Aprovação de uma linha de crédito específica, com duração até 8 anos com carência de capital nos dois primeiros, direcionada para as empresas no Algarve, com juros a 1 por cento, convertíveis, em parte, a fundo perdido, em função de cumprimento de objetivos de manutenção e criação de emprego líquido;

Medidas fiscais

a) Acrescentar à lista de isenções nas operações internas previstas no art.º 9.º do Código do IVA as transações de dispositivos clínicos de proteção comunitária e pessoal, tais como luvas, gel-desinfetante alcoólico, viseiras e proteções separadoras, assim como máscaras que passam a operações isentas de IVA;

b) Dedução à coleta de IRS durante 2 anos de 10 por cento das despesas com acesso à cultura, alojamento turístico oficial e restauração, com o limite de €1.000;

c) O pagamento de impostos já vencidos pode ser diferido por um prazo de até quatro anos, sendo que as dívidas ao Estado das empresas deixam de ser condicionantes para efeitos de concessão de créditos e outros benefícios;

d) Suspensão temporária do pagamento de impostos por conta: Pagamento por conta, Pagamento Especial por Conta;

e) O Imposto de Selo e ainda o Imposto único de Circulação (no caso das rent-a-car) poderão integrar-se na faculdade da alínea c) anterior, assim como os encargos para a Segurança Social dos períodos correspondentes a estados de emergência e de calamidade;

f) O pagamento de IMI e AIMI; assim como as taxas municipais de serviços de saneamento poderão ser isentas ou reduzidas, o respetivo pagamento prorrogado, ou majoradas por decisão do órgão deliberativo local comunicada imediatamente aos serviços da Autoridade Tributária, para efeitos da prestação seguinte, consoante o proprietário esteja com o seu estabelecimento encerrado ou não utilize a faculdade de ocupação privada durante o verão de 2020, podendo ser agravadas em situação contrária;

g) Reduzir o IVA do golfe turístico para a taxa de 6 por cento do alojamento turístico, não olvidando, ainda e sempre, que o Algarve é considerado, pela terceira vez, o «Melhor Destino de Golfe do Mundo» com as suas mais de 1,4oo milhões de voltas/ano nos seus 40 campos que muito qualificam e equilibram a procura sazonal do destino;

Outras

a) Durantes os períodos de declaração de estados de emergência ou calamidade associados a epidemias ou pandemias, o Estado assegura a extensão e validade das coberturas de seguros contratados para os períodos anteriores;

b) Considerando a exposição internacional das atividades exportadoras de serviços turísticos, o Estado assegura e incentiva a introdução e acesso favorável das empresas no mercado a seguros de risco de crédito. Mormente para assegurar os riscos com os países emissores mais relevantes, em que o Estado suportará 20 por cento do prémio de seguro desses mercados emissores externos i.e: Reino Unido 30 por cento, Alemanha 10 por cento, França 8 por cento, Holanda, Irlanda e Espanha cada em redor dos 7 por cento.

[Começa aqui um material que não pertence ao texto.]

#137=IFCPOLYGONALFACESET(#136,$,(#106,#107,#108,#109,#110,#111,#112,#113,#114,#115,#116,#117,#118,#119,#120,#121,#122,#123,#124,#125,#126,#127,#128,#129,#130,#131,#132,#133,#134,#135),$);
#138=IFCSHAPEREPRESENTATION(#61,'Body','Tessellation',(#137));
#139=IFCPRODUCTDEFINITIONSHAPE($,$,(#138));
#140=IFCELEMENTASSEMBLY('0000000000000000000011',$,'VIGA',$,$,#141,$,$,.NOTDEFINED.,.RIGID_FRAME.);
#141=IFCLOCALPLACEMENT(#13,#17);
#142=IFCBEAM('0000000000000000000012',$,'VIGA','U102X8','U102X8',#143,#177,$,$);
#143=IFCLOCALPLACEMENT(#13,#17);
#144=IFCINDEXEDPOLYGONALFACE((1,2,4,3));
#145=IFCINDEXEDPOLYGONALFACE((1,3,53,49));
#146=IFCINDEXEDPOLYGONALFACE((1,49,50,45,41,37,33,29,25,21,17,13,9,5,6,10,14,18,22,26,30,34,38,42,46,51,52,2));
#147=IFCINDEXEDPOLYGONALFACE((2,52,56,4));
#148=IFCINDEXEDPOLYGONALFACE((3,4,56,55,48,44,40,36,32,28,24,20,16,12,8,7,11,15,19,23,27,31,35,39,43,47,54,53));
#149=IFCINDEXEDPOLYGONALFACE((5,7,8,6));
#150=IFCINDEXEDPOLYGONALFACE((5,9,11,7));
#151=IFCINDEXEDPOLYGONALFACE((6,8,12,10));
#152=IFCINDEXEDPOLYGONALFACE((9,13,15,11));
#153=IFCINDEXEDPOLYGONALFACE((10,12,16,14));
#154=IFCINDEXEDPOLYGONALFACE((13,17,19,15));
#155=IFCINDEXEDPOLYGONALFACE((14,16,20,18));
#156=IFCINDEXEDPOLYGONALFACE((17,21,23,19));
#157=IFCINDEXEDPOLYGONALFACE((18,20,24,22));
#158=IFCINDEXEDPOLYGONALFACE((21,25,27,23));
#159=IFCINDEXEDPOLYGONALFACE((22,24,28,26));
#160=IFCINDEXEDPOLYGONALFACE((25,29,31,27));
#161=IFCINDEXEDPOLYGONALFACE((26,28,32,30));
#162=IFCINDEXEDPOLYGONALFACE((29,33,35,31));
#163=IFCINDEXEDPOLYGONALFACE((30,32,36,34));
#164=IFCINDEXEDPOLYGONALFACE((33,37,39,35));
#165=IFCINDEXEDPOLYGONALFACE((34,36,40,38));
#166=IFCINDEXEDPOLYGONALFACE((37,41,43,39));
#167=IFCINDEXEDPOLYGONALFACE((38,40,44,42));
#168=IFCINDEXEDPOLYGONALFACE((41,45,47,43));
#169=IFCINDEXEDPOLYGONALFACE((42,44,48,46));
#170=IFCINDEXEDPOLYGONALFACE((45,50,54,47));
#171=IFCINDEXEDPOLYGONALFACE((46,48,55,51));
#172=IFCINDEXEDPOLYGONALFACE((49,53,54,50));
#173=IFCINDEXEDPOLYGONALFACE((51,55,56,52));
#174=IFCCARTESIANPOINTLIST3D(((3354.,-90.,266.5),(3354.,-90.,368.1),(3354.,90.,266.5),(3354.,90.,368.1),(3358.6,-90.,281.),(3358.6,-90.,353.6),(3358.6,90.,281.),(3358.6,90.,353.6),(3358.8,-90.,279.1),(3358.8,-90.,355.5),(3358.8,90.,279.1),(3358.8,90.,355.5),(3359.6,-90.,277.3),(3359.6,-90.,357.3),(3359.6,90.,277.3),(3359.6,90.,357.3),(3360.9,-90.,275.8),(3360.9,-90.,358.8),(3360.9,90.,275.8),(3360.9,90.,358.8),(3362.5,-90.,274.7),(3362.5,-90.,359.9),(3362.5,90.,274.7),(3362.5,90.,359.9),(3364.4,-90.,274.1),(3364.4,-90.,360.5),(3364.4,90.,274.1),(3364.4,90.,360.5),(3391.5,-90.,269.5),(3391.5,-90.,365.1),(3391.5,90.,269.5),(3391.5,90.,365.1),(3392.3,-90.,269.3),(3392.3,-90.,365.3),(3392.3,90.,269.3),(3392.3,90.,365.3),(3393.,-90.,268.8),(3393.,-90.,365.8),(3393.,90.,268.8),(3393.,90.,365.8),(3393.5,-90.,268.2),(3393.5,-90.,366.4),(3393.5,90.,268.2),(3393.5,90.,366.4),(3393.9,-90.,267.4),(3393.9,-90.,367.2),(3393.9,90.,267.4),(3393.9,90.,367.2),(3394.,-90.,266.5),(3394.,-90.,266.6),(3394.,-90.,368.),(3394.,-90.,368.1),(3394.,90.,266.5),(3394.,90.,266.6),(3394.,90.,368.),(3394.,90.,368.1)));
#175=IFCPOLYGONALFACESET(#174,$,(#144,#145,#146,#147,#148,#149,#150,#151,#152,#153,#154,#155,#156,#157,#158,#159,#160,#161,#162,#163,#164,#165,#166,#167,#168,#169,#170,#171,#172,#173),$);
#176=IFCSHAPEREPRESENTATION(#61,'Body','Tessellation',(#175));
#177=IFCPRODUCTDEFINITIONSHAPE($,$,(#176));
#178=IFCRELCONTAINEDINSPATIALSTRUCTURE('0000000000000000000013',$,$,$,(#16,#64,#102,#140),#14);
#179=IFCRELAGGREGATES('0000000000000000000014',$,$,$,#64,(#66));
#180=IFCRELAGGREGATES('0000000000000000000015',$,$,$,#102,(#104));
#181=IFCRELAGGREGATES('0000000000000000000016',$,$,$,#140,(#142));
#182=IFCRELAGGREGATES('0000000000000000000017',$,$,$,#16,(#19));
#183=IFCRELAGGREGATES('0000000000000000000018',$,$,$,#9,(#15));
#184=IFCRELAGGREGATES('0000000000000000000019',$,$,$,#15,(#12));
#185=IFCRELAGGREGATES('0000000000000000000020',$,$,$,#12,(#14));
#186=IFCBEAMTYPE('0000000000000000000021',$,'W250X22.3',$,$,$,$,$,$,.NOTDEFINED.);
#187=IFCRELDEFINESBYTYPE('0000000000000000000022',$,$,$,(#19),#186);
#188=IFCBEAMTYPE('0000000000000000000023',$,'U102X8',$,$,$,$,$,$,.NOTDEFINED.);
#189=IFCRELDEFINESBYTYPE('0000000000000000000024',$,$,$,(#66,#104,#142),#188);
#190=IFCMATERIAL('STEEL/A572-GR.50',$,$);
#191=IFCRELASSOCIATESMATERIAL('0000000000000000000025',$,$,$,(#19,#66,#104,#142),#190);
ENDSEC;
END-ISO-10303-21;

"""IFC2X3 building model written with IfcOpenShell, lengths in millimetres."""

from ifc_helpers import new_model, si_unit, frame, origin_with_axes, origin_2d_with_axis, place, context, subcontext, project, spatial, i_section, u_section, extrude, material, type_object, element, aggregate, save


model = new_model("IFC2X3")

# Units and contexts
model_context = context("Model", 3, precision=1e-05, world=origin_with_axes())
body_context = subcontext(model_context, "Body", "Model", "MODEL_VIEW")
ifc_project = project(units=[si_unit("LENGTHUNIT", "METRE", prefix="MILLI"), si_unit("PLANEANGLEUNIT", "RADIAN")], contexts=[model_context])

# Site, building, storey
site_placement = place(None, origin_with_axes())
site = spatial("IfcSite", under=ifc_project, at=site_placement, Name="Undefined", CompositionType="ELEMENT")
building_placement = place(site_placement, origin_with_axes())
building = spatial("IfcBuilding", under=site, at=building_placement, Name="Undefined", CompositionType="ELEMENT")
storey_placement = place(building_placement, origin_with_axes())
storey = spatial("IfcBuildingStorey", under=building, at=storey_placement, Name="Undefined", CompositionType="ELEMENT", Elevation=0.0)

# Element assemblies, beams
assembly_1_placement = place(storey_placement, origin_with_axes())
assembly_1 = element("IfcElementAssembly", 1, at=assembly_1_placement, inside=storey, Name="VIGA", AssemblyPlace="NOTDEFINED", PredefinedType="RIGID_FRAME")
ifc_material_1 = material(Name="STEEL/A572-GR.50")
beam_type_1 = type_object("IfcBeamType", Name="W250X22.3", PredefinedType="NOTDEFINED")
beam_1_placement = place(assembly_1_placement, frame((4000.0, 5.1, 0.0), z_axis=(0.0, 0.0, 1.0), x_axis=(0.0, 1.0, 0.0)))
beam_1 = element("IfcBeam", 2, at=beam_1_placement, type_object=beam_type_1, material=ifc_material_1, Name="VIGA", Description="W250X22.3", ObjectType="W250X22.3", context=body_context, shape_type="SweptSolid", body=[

c) As verbas disponibilizadas para a promoção turística do Algarve nos mercados internacionais serão reforçadas assim como a participação privada na sua decisão e gestão. Apoiar e incentivar sinergias entre a hotelaria, restauração, património cultural e rent-a-car.

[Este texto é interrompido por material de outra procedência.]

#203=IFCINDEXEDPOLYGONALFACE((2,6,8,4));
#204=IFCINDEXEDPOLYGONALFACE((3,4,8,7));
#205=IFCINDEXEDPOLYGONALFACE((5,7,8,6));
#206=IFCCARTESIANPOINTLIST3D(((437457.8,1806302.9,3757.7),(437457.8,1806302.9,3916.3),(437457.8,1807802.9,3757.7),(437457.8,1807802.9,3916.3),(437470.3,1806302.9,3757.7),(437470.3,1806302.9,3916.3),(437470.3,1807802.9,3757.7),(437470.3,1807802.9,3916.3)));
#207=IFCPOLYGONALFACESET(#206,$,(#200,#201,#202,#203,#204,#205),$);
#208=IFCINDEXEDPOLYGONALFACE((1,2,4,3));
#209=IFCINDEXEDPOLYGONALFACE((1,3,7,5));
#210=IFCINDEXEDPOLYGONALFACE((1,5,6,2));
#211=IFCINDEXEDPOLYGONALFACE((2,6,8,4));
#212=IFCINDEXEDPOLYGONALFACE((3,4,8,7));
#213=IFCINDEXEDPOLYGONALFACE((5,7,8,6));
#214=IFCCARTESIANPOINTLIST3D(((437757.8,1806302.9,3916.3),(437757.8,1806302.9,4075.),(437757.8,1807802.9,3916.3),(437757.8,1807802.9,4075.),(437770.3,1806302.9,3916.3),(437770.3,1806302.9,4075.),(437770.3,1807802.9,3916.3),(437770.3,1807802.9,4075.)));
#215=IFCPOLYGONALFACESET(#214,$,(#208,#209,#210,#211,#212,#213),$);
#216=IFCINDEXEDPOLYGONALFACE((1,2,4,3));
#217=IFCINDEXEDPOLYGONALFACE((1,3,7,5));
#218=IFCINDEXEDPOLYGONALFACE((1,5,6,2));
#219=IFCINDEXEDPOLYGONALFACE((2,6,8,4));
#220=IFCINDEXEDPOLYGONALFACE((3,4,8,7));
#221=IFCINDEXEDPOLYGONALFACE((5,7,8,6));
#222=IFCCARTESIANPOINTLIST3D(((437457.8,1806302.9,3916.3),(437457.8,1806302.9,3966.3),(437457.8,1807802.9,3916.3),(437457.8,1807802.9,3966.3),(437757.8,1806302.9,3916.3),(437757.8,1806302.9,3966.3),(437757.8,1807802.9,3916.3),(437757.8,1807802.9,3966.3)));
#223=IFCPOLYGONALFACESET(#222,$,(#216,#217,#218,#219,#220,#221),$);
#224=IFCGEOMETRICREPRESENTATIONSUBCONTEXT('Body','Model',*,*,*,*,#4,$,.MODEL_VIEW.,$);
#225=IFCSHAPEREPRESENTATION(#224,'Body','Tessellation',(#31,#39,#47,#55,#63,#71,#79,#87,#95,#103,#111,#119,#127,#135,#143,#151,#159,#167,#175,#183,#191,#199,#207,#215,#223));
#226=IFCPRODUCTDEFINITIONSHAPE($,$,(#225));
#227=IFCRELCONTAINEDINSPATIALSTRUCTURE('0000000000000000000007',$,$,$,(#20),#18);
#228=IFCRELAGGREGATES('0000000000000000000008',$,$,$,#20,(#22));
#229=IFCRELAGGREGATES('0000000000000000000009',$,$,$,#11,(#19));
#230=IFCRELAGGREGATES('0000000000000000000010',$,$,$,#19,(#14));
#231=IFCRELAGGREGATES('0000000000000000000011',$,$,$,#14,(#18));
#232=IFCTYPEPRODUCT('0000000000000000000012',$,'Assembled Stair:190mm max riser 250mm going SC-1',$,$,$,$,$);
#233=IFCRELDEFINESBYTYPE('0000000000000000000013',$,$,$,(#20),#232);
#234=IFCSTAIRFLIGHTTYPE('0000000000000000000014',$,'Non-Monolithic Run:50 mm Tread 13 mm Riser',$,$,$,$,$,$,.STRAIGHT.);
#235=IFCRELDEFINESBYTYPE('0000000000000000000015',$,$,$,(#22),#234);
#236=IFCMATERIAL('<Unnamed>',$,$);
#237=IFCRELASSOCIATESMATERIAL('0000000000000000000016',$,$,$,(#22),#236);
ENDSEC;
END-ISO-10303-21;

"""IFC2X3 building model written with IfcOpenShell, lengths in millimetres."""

d) Suspensão das portagens na A22;

e) O Acesso às praias poderá ser franquiado a título e em período excecional.

f) A atenção é necessária para envolver e incluir sustentadamente as mais de mil empresas de animação turística e marítimo turísticas e as milhares de pequenas iniciativas de desenvolvimento local e artesãs, com os pequenos produtores que caracterizam o nosso destino e enriquecem a visita e a experiência que faz regressar as famílias que se surpreendem com o Algarve.

Comunicação da posição

Ao Coordenador do estado de Emergência do governo na região, AMAL e Associações empresariais. Aos algarvios.

Alea jacta est: estamos perante um Rubicão. Mas se a esperança, coragem e talento, forem grandes havemos de o atravessar!

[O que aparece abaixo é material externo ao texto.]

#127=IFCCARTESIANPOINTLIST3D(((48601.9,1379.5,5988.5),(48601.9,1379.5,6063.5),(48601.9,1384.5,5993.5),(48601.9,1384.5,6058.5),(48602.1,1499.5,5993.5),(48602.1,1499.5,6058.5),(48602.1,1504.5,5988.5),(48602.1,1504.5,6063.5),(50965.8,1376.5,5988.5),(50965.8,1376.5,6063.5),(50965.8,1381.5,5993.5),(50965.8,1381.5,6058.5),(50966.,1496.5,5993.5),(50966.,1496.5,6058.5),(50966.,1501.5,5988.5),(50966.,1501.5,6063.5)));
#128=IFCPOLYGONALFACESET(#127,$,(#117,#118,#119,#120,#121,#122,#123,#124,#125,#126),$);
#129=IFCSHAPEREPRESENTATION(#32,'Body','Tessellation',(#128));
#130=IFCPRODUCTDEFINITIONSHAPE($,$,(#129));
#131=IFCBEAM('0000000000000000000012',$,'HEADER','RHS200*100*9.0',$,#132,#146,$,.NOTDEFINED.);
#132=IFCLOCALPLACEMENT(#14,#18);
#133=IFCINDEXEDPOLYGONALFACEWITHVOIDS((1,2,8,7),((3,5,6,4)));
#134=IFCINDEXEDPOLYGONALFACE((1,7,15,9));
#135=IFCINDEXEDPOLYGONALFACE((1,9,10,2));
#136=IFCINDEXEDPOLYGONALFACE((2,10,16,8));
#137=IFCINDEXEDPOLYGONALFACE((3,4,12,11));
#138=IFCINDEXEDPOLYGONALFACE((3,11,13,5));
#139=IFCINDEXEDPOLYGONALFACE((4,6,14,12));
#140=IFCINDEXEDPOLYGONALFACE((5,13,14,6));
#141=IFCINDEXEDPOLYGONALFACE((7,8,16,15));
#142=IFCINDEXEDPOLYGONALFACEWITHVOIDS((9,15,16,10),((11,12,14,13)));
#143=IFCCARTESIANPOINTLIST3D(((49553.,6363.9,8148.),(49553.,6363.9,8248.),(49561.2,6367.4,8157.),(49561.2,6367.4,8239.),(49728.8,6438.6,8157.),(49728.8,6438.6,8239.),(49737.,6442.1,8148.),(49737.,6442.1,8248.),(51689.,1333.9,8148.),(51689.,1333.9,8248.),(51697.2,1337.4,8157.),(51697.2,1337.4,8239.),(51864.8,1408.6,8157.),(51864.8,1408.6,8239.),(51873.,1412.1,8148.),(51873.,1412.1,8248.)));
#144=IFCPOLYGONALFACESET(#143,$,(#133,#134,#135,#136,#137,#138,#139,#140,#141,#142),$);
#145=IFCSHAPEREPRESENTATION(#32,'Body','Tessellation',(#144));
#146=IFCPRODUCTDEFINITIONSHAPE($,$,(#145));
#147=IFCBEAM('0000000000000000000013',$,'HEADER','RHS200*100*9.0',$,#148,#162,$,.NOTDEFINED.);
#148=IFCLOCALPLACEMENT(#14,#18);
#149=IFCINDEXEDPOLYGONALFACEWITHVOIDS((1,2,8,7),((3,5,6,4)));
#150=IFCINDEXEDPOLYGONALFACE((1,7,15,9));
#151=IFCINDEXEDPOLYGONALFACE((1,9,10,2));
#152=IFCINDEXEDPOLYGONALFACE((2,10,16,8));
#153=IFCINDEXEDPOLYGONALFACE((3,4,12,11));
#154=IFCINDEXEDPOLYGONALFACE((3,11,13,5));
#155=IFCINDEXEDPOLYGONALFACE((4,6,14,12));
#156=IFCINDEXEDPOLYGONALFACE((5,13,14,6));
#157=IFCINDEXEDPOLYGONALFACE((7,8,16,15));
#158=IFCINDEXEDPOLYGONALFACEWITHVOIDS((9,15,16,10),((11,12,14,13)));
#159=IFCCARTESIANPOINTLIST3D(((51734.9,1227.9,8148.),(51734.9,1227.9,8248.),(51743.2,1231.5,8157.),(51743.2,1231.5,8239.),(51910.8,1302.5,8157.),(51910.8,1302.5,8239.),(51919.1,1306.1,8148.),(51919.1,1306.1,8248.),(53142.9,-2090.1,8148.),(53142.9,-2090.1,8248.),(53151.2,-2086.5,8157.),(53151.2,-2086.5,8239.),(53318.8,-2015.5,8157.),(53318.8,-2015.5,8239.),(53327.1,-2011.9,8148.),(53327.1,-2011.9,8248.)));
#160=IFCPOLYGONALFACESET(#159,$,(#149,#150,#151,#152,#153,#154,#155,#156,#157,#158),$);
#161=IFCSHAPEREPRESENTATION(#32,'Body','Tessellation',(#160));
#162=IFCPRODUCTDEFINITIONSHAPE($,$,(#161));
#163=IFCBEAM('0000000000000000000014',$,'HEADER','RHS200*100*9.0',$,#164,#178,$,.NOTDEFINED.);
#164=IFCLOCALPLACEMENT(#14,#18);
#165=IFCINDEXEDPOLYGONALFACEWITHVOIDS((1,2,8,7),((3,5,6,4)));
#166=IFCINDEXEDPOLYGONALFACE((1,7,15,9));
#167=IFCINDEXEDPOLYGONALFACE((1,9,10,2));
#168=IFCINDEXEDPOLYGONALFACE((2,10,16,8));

Alvaro Viegas; Carlos Alberto Martins; Carlos Roque Figueira; Eduardo Paulo Viegas; João Carlos Oliveira; José Mendonça de Sousa; José Ramalhete; Luis Coelho; Luis Vicente; Manuel de Brito; Nuno Cabrita; Osvaldo Rocha; Paulo Bernardo; Paulo Neves; Ricardo Clemente; Rui Calado; Rui Manuel Mateus; Sayil Van Melle; Tiago Botelho Silva, associados da Ibn Qasî, em 25 de abril de 2020.